Recently, I took a closer look at selenium's source code, because it mainly uses Webdriver, So I focused on the working principle of WebDriver. In the previous blog, I explained that Webdriver is different from the JS injection Implementation of selenium, and the browser native support is used directly to operate the browser. For different platforms, different browsers must depend on the native of a specific browser.
Component to convert the WebDriver API call to the native invoke of the browser.
In the process of new Webdriver, selenium first checks whether the native component of the browser is available and the version matches. Then, start a complete set of web services in the target browser. This Web Service uses the protocol designed and defined by selenium, which is calledThe
WebDriver wire protocol. This set of protocols is very powerful and allows you to operate your browser to do anything, including opening, closing, maximizing, minimizing, element locating, element clicking, uploading files, and so on.

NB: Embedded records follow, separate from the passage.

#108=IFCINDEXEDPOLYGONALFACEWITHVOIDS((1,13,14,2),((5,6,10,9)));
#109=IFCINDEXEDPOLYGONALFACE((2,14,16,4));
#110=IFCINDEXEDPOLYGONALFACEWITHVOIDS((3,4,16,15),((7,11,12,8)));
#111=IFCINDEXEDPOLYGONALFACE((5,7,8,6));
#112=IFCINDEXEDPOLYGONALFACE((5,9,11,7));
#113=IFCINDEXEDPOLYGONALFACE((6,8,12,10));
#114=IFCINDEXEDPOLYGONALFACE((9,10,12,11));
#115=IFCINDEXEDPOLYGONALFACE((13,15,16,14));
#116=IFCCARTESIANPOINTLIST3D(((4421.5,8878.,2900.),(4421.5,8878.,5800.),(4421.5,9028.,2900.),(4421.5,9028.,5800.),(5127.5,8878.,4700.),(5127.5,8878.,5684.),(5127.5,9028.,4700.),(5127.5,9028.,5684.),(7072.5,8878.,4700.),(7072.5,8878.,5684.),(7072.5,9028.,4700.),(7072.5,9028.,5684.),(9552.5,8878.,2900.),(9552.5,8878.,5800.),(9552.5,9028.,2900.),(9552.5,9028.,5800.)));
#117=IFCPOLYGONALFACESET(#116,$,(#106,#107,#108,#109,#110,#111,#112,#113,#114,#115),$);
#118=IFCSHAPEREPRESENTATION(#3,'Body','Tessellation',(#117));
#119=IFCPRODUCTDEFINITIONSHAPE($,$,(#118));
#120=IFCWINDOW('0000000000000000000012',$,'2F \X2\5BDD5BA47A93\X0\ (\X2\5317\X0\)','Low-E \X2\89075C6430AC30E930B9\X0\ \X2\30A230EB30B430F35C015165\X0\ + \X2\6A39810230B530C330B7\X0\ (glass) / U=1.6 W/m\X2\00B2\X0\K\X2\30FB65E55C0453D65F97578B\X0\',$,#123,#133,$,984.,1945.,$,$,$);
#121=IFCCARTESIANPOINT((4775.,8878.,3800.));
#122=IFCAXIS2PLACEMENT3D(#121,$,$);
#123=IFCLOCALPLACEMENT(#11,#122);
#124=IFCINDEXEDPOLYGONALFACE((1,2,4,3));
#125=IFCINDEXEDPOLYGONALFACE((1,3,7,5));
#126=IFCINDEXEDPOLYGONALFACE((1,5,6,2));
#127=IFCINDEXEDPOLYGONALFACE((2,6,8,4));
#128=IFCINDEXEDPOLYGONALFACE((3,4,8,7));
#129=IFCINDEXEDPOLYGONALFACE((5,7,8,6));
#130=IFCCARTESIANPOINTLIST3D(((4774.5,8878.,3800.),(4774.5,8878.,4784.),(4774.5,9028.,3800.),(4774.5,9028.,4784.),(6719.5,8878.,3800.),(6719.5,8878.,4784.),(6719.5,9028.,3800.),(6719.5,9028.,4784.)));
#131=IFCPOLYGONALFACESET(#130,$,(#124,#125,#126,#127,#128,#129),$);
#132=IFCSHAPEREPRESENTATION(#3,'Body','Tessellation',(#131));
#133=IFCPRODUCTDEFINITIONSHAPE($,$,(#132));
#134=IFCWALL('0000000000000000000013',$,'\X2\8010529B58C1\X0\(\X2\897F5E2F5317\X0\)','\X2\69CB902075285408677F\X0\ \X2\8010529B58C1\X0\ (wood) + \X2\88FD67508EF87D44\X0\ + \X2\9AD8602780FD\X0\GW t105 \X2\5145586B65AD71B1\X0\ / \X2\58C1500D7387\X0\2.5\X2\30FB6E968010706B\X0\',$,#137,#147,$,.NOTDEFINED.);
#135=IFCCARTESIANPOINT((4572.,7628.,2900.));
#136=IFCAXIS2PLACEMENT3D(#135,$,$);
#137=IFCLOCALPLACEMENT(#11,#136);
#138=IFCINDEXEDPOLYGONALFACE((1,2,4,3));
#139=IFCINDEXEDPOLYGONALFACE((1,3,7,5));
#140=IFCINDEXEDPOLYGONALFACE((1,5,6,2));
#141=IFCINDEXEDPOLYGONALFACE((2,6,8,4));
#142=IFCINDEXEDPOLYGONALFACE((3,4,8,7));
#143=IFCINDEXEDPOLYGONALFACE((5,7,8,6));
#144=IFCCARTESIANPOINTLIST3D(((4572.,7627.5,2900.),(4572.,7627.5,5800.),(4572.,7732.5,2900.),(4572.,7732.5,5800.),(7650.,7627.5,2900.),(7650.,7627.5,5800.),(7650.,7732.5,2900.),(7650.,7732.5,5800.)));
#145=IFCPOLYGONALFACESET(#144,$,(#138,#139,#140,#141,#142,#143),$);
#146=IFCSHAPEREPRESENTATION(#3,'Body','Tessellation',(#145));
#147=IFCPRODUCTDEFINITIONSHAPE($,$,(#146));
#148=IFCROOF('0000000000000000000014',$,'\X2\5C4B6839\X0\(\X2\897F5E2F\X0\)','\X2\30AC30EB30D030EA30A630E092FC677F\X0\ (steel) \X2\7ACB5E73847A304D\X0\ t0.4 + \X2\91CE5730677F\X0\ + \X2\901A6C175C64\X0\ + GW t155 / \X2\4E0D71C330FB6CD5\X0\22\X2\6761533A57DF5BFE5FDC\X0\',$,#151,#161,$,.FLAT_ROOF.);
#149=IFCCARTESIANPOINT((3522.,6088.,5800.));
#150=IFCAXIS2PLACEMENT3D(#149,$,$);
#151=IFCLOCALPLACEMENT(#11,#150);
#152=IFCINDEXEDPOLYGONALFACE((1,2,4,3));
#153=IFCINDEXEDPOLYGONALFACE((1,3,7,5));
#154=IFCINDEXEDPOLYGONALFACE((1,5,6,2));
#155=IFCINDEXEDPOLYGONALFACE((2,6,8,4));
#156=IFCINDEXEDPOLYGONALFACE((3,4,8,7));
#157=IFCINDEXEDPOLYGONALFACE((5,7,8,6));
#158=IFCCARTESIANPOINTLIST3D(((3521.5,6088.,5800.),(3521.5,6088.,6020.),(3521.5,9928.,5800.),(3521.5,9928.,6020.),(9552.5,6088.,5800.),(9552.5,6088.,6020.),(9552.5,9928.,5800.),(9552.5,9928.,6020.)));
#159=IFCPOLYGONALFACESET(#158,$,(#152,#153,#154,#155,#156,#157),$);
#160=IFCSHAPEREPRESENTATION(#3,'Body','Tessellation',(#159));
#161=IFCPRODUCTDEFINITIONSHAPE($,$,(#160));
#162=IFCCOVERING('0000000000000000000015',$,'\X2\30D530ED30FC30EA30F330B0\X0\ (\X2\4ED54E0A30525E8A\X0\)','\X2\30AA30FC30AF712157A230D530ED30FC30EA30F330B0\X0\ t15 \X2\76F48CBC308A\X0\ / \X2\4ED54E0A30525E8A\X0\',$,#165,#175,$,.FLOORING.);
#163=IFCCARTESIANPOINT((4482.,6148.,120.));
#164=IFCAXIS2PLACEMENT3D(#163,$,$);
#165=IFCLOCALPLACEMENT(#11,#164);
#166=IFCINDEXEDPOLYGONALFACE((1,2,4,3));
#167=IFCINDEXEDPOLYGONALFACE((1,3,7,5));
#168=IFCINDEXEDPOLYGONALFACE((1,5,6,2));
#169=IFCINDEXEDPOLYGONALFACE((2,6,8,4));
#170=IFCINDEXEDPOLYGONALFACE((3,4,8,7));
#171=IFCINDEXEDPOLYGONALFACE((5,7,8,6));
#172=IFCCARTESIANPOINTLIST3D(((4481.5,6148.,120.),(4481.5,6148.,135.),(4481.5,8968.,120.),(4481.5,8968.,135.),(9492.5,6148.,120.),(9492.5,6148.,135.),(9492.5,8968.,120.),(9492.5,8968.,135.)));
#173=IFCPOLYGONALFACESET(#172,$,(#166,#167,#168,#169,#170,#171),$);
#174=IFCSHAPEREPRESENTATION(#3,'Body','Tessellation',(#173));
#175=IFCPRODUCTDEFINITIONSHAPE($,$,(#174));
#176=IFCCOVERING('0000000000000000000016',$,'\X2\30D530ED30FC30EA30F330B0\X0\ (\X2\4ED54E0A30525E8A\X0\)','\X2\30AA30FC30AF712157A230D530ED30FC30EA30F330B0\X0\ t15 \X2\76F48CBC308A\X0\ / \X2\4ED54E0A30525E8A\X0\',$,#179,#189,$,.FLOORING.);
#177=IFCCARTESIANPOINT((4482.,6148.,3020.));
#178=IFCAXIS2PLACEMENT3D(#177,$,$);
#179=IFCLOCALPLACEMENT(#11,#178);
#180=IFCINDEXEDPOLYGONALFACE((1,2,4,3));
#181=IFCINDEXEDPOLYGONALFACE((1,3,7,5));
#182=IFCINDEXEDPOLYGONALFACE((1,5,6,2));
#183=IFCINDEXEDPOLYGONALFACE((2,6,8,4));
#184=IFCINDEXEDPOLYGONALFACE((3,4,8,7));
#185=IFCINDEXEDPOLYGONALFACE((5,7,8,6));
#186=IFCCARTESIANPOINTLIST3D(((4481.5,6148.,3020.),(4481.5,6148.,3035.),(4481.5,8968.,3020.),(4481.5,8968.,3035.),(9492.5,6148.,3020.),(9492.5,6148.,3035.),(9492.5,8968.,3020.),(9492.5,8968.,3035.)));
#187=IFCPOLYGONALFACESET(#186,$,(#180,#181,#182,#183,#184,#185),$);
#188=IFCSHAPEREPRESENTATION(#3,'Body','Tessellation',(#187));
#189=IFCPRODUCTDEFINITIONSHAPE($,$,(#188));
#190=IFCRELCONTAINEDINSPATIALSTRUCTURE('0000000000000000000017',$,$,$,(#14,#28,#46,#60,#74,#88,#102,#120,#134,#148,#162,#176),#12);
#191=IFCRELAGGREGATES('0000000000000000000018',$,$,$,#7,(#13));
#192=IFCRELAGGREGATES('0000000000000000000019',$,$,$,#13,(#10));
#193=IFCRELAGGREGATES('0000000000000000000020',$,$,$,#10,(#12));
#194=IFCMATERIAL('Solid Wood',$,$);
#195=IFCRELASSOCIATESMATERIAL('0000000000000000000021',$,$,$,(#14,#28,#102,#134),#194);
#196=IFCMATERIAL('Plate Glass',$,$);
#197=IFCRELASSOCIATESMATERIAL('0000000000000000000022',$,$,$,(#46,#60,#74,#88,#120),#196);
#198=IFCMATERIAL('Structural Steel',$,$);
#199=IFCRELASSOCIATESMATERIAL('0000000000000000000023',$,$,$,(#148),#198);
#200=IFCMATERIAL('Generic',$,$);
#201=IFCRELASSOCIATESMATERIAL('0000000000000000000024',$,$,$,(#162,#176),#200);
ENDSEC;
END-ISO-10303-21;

The WebDriver wire protocol is universal. That is to say, whether it is firefoxdriver or chromedriver, the Web Service Based on this protocol will be started on a port after it is started. For example, after firefoxdriver Initialization is successful, it starts from http: // localhost: 7055 by default, while chromedriver is probably http: // localhost: 46350. Next, we need to use a comandexecutor to send a command to call any WebDriver API, which is actually an HTTP
Request to the Web service on the listening port. In our HTTP Request body, the string in JSON format specified by the WebDriver wire protocol tells selenium what we want the browser to do next.
Here I have drawn a diagram to demonstrate the working principles of various webdrivers:
We can see that the WebDriver subclasses of different browsers depend on the native components of specific browsers. For example, Firefox requires an add-on name called WebDriver. xpi. For IE, you need to use a DLL file to convert the Web service command to the browser native call. In addition, the figure shows that the WebDriver wire protocol is a restful Web
Service. If you don't understand what restful is, see the author's previous blog about rest (http://blog.csdn.net/ant_yan/article/details/7963517)
For details about the WebDriver wire protocol, for example, if you want to know what the web service can do, you can read the official selenium Protocol documentation. In the source code of selenium, we can find an httpcommandexecutor class, A Map <string,
Commandinfo>, which converts simple string keys that represent commands into URLs. The rest concept is to regard all operations as one State, and each State corresponds to one Uri. Therefore, after an HTTP request is sent to this restful web service with a specific URL, it can analyze the operations to be performed. The source code is as follows:
nameToUrl = ImmutableMap.<String, CommandInfo>builder() .put(NEW_SESSION, post("/session")) .put(QUIT, delete("/session/:sessionId")) .put(GET_CURRENT_WINDOW_HANDLE, get("/session/:sessionId/window_handle")) .put(GET_WINDOW_HANDLES, get("/session/:sessionId/window_handles")) .put(GET, post("/session/:sessionId/url")) // The Alert API is still experimental and should not be used. .put(GET_ALERT, get("/session/:sessionId/alert")) .put(DISMISS_ALERT, post("/session/:sessionId/dismiss_alert")) .put(ACCEPT_ALERT, post("/session/:sessionId/accept_alert")) .put(GET_ALERT_TEXT, get("/session/:sessionId/alert_text")) .put(SET_ALERT_VALUE, post("/session/:sessionId/alert_text"))
It can be seen that the actually sent URLs are all relative paths with the suffix starting with/session/: sessionid. This also means that each time WebDriver starts the browser, it will assign an independent sessionid, when multithreading is parallel, there will be no conflict or interference between each other. For example, for the most commonly used WebDriver API, getwebelement will be converted to the/session/: sessionid/element URL here, and then
The specific parameters such as by ID, CSS, and XPath are attached to the request body. What are their respective values. After receiving and executing this operation, an HTTP response will also be returned. The content is also JSON, and various details of the webelement are returned, such as text, CSS selector, tag name, and class name. The following is the code snippet for parsing our HTTP response:
try { response = new JsonToBeanConverter().convert(Response.class, responseAsText); } catch (ClassCastException e) { if (responseAsText != null && "".equals(responseAsText)) { // The remote server has died, but has already set some headers. // Normally this occurs when the final window of the firefox driver // is closed on OS X. Return null, as the return value _should_ be // being ignored. This is not an elegant solution. return null; } throw new WebDriverException("Cannot convert text to response: " + responseAsText, e); } //...
I believe that here, we should be clear about the running principle of WebDriver! In fact, I really admire the design of this restful web service. I feel that the public API exposed by the WebDriver package can be more friendly and powerful. This time, I will summarize it and continue to analyze the selenium source code and share it with you!